Needed Configuration for Elasticsearch 1.2.x

If you are using Elasticsearch version 1.2 you have also to install groovy as a plugin. To install the plugin just run the following command in the root folder of your elastic:

bin/plugin -install elasticsearch/elasticsearch-lang-groovy/2.2.0.
script.disable_dynamic: false
script.default_lang: groovy

Building up the Index

The node index is updated on the fly, but during development you need to update it frequently.

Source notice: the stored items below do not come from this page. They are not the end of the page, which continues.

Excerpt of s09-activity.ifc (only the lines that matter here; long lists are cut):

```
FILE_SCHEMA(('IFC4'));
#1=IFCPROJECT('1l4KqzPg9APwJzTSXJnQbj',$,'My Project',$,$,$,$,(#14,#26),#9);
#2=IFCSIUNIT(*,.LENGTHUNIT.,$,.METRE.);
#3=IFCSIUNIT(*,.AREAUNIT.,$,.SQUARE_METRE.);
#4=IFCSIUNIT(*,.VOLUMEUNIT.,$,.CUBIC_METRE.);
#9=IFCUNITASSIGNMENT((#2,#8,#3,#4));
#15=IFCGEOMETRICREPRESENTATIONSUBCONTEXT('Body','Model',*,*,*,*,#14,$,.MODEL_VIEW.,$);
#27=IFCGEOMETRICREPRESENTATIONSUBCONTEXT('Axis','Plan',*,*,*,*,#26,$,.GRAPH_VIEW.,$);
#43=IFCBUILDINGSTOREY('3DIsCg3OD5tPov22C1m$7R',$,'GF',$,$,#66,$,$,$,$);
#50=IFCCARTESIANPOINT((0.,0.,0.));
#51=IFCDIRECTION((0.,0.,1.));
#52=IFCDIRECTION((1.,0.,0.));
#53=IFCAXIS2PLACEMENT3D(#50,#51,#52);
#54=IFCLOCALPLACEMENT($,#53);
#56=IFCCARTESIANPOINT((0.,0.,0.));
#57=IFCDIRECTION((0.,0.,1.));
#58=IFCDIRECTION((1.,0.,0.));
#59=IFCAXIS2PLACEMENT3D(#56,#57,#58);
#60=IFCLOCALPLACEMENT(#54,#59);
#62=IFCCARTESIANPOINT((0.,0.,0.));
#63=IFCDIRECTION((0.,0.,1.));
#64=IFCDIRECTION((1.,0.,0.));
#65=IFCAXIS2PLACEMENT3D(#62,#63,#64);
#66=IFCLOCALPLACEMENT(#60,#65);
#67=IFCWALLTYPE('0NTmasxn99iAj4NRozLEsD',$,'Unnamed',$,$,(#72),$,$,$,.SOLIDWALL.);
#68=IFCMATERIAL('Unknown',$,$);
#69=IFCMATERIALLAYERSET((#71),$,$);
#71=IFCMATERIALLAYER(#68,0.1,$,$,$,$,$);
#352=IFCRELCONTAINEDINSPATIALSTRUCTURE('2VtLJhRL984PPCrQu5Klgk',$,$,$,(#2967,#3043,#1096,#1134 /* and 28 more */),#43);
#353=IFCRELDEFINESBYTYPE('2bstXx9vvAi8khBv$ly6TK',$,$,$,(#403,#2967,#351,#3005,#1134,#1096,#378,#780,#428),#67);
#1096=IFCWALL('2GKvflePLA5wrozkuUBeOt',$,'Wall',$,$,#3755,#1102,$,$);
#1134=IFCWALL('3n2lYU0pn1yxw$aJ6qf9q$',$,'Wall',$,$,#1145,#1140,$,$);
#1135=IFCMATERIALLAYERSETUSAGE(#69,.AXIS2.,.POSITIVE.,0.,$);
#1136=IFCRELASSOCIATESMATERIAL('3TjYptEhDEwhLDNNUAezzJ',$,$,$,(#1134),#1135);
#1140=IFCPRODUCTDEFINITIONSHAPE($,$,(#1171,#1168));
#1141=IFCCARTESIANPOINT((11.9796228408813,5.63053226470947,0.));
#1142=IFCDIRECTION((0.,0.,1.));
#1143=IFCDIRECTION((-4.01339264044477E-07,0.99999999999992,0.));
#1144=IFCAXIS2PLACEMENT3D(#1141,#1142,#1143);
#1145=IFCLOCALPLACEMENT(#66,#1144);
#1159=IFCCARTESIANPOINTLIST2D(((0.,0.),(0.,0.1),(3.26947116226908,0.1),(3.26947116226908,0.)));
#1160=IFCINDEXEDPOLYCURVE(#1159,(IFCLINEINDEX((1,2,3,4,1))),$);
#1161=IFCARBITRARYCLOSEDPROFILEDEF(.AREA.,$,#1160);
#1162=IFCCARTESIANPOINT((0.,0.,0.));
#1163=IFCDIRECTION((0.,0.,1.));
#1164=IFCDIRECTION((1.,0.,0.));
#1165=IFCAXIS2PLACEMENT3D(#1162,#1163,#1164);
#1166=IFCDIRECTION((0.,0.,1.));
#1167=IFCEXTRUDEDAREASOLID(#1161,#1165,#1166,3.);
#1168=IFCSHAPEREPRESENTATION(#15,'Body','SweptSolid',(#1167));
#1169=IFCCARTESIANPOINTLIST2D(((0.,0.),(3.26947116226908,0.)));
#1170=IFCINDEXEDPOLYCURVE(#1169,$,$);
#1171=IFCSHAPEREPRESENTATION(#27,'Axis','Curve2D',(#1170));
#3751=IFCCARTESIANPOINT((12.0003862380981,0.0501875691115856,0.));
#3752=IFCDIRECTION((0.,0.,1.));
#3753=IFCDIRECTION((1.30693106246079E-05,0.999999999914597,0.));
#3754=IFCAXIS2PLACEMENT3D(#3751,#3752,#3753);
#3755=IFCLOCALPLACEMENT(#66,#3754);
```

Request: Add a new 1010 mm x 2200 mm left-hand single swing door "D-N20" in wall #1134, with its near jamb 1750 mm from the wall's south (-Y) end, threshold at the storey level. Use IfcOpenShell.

```python
import numpy as np
import ifcopenshell
import ifcopenshell.api.feature
import ifcopenshell.api.geometry
import ifcopenshell.api.root
import ifcopenshell.api.spatial
import ifcopenshell.geom
import ifcopenshell.util.element
import ifcopenshell.util.placement
import ifcopenshell.util.representation
import ifcopenshell.util.shape
import ifcopenshell.util.unit

model = ifcopenshell.open("s09-activity.ifc")
unit_scale = ifcopenshell.util.unit.calculate_unit_scale(model)
settings = ifcopenshell.geom.settings()


def volume(element):
    """Net volume in cubic metres, openings subtracted."""
    shape = ifcopenshell.geom.create_shape(settings, element)
    return ifcopenshell.util.shape.get_volume(shape.geometry)


wall = model.by_guid("3n2lYU0pn1yxw$aJ6qf9q$")
storey = ifcopenshell.util.element.get_container(wall, ifc_class="IfcBuildingStorey")
context = ifcopenshell.util.representation.get_context(model, "Model", "Body", "MODEL_VIEW")
before = volume(wall)

width, height, from_end, sill = 1.01, 2.2, 1.75, 0.0  # metres

# The wall runs along its own X axis, and the end named is its -X end.
wall_shape = ifcopenshell.geom.create_shape(settings, wall)
x, y, z = ifcopenshell.util.shape.get_vertices(wall_shape.geometry).T
start = x.min() + from_end
face, thickness = float(y.min()), float(y.max() - y.min())
wall_matrix = ifcopenshell.util.placement.get_local_placement(wall.ObjectPlacement)
level = ifcopenshell.util.placement.get_local_placement(storey.ObjectPlacement)[2, 3]


def in_wall(x, y):
    """Placement at x, y metres in the wall's axes, at sill height."""
    matrix = wall_matrix.copy()
    matrix[:, 3] = wall_matrix @ np.array([x / unit_scale, y / unit_scale, 0.0, 1.0])
    matrix[2, 3] = level + sill / unit_scale
    return matrix


# Opening: a box that overshoots both wall faces by 50 mm.
opening = ifcopenshell.api.root.create_entity(model, ifc_class="IfcOpeningElement", predefined_type="OPENING")
box = ifcopenshell.api.geometry.add_wall_representation(
    model, context=context, length=width, height=height, thickness=thickness + 0.1
)
ifcopenshell.api.geometry.assign_representation(model, product=opening, representation=box)
ifcopenshell.api.geometry.edit_object_placement(model, product=opening, matrix=in_wall(start, face - 0.05), is_si=False)
ifcopenshell.api.feature.add_feature(model, feature=opening, element=wall)

door = ifcopenshell.api.root.create_entity(model, ifc_class="IfcDoor", name="D-N20", predefined_type="DOOR")
door.OverallWidth, door.OverallHeight = width / unit_scale, height / unit_scale
door.OperationType = "SINGLE_SWING_LEFT"
body = ifcopenshell.api.geometry.add_door_representation(
    model,
    context=context,
    overall_width=door.OverallWidth,
    overall_height=door.OverallHeight,
    operation_type="SINGLE_SWING_LEFT",
    lining_properties={"LiningDepth": thickness / unit_scale, "ThresholdDepth": thickness / unit_scale},
)
ifcopenshell.api.geometry.assign_representation(model, product=door, representation=body)
ifcopenshell.api.spatial.assign_container(model, products=[door], relating_structure=storey)
ifcopenshell.api.feature.add_filling(model, opening=opening, element=door)

# The lining spans the wall, so the door starts at the wall face.
ifcopenshell.api.geometry.edit_object_placement(model, product=door, matrix=in_wall(start, face), is_si=False)

after = volume(wall)

print(f"wall volume {before:.3f} -> {after:.3f} m3")

model.write("s09-activity_updated.ifc")
```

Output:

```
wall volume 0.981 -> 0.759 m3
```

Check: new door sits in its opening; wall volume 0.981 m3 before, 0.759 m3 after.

In case of a mapping update, you need to reindex all nodes. Don't worry to do that in production; the system transparently creates a new index, fills it completely, and when everything worked, changes the index alias.

./flow nodeindex:build

 # if during development, you only want to index a few nodes, you can use "limit"
./flow nodeindex:build --limit 20

 # in order to remove old, non-used indices, you should use this command from time to time:
./flow nodeindex:cleanup

Advanced Index Settings

If you need advanced settings you can define them in your Settings.yaml:

Example is from the Documentation of the used Flowpack.ElasticSearch Package

https://github.com/Flowpack/Flowpack.ElasticSearch/blob/master/Documentation/Indexer.rst

Flowpack:
	ElasticSearch:
		indexes:
			default:
				'twitter':
					analysis:
						filter:
							elision:
								type: 'elision'
								articles: [ 'l', 'm', 't', 'qu', 'n', 's', 'j', 'd' ]
					analyzer:
						custom_french_analyzer:
							tokenizer: 'letter'
							filter: [ 'asciifolding', 'lowercase', 'french_stem', 'elision', 'stop' ]
						tag_analyzer:
							tokenizer: 'keyword'
							filter: [ 'asciifolding', 'lowercase' ]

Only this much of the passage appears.